Good job (on reading Hokes) it if the refiners bible & you will find your self referring back to it often - its a book you study not just read

Between her book (Hokes) & the info you will find here on the forum you will find your self captivated by the art of precious metal recovery & refining 

There are many sources of material from which you can recover & refine PMs & this forum if full of such info

This forum is the absolute best source of information in the world on what kind of material has PMs - how to recover them & then how to refine them

Welcome to the forum & may you find the journey rewarding

Kurt


----------



## necromancer (Mar 17, 2014)

lukeduke077, some other documents that you may find useful.


----------



## 4metals (Mar 17, 2014)

Before you move forward and try cementing on copper you have to be sure what your pH is. If what you said is true and it is over 12 the copper buss bar will not work. 

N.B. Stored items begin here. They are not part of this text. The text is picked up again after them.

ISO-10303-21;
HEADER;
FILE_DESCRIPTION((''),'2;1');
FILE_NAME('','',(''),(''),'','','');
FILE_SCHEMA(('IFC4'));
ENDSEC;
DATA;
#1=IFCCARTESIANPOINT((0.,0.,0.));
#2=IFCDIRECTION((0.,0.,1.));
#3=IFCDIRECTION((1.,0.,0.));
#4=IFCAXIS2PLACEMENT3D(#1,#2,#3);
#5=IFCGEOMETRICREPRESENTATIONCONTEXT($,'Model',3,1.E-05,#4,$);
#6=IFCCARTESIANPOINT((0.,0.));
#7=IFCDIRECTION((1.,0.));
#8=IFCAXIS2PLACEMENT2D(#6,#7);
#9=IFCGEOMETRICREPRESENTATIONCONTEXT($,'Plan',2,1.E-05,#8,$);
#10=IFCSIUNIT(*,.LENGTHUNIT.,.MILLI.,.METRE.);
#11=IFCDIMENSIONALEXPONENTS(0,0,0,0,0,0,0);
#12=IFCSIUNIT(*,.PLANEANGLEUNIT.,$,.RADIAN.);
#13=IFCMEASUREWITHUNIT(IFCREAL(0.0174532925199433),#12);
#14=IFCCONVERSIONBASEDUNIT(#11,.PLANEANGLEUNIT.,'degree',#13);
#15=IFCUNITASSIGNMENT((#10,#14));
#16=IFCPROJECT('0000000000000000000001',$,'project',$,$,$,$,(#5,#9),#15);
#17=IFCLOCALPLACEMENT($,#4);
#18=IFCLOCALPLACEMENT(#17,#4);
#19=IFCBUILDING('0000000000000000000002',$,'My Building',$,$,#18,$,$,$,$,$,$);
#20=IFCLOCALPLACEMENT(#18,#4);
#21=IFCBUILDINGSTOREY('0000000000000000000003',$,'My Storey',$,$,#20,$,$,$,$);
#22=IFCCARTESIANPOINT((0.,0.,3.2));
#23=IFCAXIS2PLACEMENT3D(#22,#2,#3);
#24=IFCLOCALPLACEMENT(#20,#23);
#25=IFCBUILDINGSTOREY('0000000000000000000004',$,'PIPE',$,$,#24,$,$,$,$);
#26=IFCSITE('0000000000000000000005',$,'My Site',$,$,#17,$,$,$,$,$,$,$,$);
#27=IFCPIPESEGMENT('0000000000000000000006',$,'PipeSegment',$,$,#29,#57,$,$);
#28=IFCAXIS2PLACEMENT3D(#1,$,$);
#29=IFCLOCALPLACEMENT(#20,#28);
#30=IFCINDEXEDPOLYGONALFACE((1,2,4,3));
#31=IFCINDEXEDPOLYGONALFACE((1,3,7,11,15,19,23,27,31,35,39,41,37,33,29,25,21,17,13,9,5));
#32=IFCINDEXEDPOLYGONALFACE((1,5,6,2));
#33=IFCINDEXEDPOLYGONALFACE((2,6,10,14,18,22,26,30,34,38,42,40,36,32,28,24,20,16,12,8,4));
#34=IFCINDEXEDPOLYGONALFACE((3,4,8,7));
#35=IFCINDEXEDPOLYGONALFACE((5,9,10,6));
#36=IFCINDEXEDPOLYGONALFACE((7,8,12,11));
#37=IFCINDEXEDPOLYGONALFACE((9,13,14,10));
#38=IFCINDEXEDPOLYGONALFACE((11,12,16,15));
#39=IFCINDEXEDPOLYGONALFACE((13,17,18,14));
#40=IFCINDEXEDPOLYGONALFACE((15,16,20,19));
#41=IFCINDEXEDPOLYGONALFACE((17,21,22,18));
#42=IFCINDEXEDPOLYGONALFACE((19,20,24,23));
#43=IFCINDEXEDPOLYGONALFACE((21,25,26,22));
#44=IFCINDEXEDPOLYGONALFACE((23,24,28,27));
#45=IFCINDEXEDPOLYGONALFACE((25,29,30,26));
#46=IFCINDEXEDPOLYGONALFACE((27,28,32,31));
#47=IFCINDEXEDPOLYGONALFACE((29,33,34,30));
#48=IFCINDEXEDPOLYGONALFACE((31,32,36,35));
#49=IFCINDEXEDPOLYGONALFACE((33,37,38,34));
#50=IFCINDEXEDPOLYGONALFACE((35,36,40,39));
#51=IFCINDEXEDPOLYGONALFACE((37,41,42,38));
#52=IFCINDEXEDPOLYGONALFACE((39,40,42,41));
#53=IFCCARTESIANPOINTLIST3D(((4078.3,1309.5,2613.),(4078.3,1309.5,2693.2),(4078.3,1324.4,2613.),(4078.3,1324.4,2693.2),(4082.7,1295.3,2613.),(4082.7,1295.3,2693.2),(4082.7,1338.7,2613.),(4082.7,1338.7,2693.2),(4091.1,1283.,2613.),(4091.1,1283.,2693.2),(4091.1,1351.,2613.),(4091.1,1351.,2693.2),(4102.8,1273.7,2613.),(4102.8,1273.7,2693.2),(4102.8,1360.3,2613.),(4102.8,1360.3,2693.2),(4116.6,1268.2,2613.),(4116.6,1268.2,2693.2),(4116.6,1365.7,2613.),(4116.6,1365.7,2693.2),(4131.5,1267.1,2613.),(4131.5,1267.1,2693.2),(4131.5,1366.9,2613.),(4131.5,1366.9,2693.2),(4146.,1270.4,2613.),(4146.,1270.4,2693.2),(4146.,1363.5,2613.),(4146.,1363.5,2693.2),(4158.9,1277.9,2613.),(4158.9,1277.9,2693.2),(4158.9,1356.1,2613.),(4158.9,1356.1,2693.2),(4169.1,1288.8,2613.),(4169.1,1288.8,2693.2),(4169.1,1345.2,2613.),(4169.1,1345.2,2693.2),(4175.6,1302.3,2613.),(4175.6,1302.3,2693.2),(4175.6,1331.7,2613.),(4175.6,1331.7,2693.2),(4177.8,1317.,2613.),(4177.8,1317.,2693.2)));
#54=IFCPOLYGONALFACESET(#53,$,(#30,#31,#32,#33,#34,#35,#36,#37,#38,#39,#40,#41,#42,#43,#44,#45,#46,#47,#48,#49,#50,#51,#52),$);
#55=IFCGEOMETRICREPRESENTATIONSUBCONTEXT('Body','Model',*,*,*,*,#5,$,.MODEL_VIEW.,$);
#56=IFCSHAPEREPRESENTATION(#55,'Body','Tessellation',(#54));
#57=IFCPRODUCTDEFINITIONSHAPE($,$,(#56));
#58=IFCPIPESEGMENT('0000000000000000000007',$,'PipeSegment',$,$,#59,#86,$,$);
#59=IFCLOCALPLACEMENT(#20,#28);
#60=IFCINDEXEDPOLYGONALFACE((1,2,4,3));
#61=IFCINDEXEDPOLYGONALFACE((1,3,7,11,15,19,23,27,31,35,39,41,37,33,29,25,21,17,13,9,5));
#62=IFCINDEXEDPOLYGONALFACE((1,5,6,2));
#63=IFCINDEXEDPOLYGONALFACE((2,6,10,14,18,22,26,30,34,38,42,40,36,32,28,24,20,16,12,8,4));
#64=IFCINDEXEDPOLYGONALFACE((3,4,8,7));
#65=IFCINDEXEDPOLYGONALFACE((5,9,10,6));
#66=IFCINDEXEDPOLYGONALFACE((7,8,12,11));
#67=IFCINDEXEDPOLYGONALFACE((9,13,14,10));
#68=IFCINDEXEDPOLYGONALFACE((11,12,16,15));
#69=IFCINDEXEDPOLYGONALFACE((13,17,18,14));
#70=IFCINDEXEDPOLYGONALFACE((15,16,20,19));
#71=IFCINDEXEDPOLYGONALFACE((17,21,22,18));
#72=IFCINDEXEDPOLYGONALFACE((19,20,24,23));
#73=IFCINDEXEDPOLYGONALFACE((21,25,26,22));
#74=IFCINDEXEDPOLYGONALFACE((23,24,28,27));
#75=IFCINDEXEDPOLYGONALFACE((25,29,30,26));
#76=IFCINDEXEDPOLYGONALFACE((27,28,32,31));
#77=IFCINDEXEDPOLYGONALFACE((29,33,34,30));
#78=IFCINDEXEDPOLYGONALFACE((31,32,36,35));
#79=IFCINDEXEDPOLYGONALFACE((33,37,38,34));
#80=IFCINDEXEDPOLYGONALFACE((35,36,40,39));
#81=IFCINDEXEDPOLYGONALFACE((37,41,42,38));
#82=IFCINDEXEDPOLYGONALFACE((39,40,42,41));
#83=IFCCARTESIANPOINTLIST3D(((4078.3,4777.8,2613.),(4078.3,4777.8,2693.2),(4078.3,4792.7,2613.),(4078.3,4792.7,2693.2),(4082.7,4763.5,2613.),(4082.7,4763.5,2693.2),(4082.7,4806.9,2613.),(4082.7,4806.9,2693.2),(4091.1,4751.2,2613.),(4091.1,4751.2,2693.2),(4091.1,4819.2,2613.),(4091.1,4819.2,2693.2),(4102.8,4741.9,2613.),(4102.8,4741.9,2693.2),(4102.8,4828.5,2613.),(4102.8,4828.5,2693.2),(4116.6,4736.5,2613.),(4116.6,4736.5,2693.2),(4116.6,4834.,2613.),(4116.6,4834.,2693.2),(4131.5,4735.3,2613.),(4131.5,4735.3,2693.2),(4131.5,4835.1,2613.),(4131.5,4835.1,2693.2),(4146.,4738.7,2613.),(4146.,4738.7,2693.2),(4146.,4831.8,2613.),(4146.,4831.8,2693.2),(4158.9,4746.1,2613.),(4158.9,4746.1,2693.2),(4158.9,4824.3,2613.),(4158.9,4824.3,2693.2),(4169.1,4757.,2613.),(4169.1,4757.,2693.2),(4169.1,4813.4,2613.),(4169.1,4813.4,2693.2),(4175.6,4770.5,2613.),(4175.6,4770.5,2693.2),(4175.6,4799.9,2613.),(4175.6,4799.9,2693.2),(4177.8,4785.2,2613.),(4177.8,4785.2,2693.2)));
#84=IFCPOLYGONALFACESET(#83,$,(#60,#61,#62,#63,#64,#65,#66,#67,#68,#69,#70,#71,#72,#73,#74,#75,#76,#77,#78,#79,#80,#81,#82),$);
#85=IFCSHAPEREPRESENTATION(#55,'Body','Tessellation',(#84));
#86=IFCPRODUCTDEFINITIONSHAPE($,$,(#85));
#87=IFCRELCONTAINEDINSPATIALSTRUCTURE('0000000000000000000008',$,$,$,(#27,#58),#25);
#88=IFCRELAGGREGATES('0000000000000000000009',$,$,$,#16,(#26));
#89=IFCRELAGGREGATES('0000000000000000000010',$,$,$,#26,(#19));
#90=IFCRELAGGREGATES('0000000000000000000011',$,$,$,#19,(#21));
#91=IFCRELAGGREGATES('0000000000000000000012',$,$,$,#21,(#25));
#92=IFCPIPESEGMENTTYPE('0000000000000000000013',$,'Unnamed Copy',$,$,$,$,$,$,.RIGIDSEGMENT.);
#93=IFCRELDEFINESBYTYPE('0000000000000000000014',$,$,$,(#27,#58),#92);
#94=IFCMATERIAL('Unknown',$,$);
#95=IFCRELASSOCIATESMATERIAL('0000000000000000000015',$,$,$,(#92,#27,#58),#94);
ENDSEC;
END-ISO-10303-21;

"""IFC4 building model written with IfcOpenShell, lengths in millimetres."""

from ifc_helpers import new_model, entity, si_unit, converted_unit, frame, origin_with_axes, origin_2d_with_axis, place, context, subcontext, project, spatial, circle, extrude, material, material_profile, profile_set, profile_usage, type_object, element, save


model = new_model("IFC4")

# Units and contexts
model_context = context("Model", 3, precision=1e-05, world=origin_with_axes())
plan_context = context("Plan", 2, precision=1e-05, world=origin_2d_with_axis())
body_context = subcontext(model_context, "Body", "Model", "MODEL_VIEW")
ifc_project = project(units=[si_unit("LENGTHUNIT", "METRE", prefix="MILLI"), converted_unit("PLANEANGLEUNIT", "degree", entity("IfcReal", 0.0174532925199433), si_unit("PLANEANGLEUNIT", "RADIAN"), dimensions=[0, 0, 0, 0, 0, 0, 0])], contexts=[model_context, plan_context])

# Site, building, storeys
site_placement = place(None, origin_with_axes())
site = spatial("IfcSite", under=ifc_project, at=site_placement, Name="My Site")
building_placement = place(site_placement, origin_with_axes())
building = spatial("IfcBuilding", under=site, at=building_placement, Name="My Building")
storey_1_placement = place(building_placement, origin_with_axes())
storey_1 = spatial("IfcBuildingStorey", under=building, at=storey_1_placement, Name="My Storey")
storey_2_placement = place(storey_1_placement, frame((0.0, 0.0, 3.2), z_axis=(0.0, 0.0, 1.0), x_axis=(1.0, 0.0, 0.0)))
storey_2 = spatial("IfcBuildingStorey", under=storey_1, at=storey_2_placement, Name="PIPE")

# Pipe segments
ifc_material = material(Name="Unknown")
ifc_material_profile_1 = material_profile(ifc_material, circle(Radius=50.0))
ifc_profile_set_1 = profile_set([ifc_material_profile_1])
pipe_segment_type = type_object("IfcPipeSegmentType", Name="Unnamed Copy", PredefinedType="RIGIDSEGMENT", material=ifc_profile_set_1)
ifc_profile_usage_1 = profile_usage(ifc_profile_set_1, cardinal=10)
pipe_segment_1_placement = place(storey_2_placement, frame((4127.8, 1317.0, 2690.0), z_axis=(0.0, 0.0, -1.0), x_axis=(1.0, 0.0, 0.0)))
element("IfcPipeSegment", 1, at=pipe_segment_1_placement, inside=storey_2, type_object=pipe_segment_type, material=ifc_profile_usage_1, Name="PipeSegment", context=body_context, shape_type="SweptSolid", body=[
    extrude(circle(Radius=50.0), origin_with_axes(), (0.0, 0.0, 1.0), 80.1),
])
ifc_profile_usage_2 = profile_usage(ifc_profile_set_1, cardinal=10)
pipe_segment_2_placement = place(storey_2_placement, frame((4127.8, 4785.2, 2690.0), z_axis=(0.0, 0.0, -1.0), x_axis=(1.0, 0.0, 0.0)))
element("IfcPipeSegment", 2, at=pipe_segment_2_placement, inside=storey_2, type_object=pipe_segment_type, material=ifc_profile_usage_2, Name="PipeSegment", context=body_context, shape_type="SweptSolid", body=[
    extrude(circle(Radius=50.0), origin_with_axes(), (0.0, 0.0, 1.0), 80.1),
])

save(model, "model.ifc")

Seemingly little details, like what the pH is, make all of the difference in the world in processing. 

By the way, you read that book pretty quick. You first heard about the book at 11:30 last night and by 6:30 this morning you have read (and understood) the book? A lot of coffee and no sleep I guess. That much information doesn't sink in as fast as you seem to think it does.  Nor does saying what you think we want to hear.


----------



## necromancer (Mar 17, 2014)

4metals said:


> By the way, you read that book pretty quick. You first heard about the book at 11:30 last night and by 6:30 this morning you have read (and understood) the book?



 i was going to say just that, seeing i got a kick in the upper front of my pants just a few days ago i kept my mouth shut.


----------



## butcher (Mar 17, 2014)

Luke,
You sure are a fast reader.
I still think you are rushing into things, being impatient to get the gold is a good way to miss or lose the gold.
There are many more things to learn, and reading Hokes book does not necessarily mean you understand the chemistry involved in the book or the principles involved, I have been reading that book for years and I still learn new things to help me in recovery and refining.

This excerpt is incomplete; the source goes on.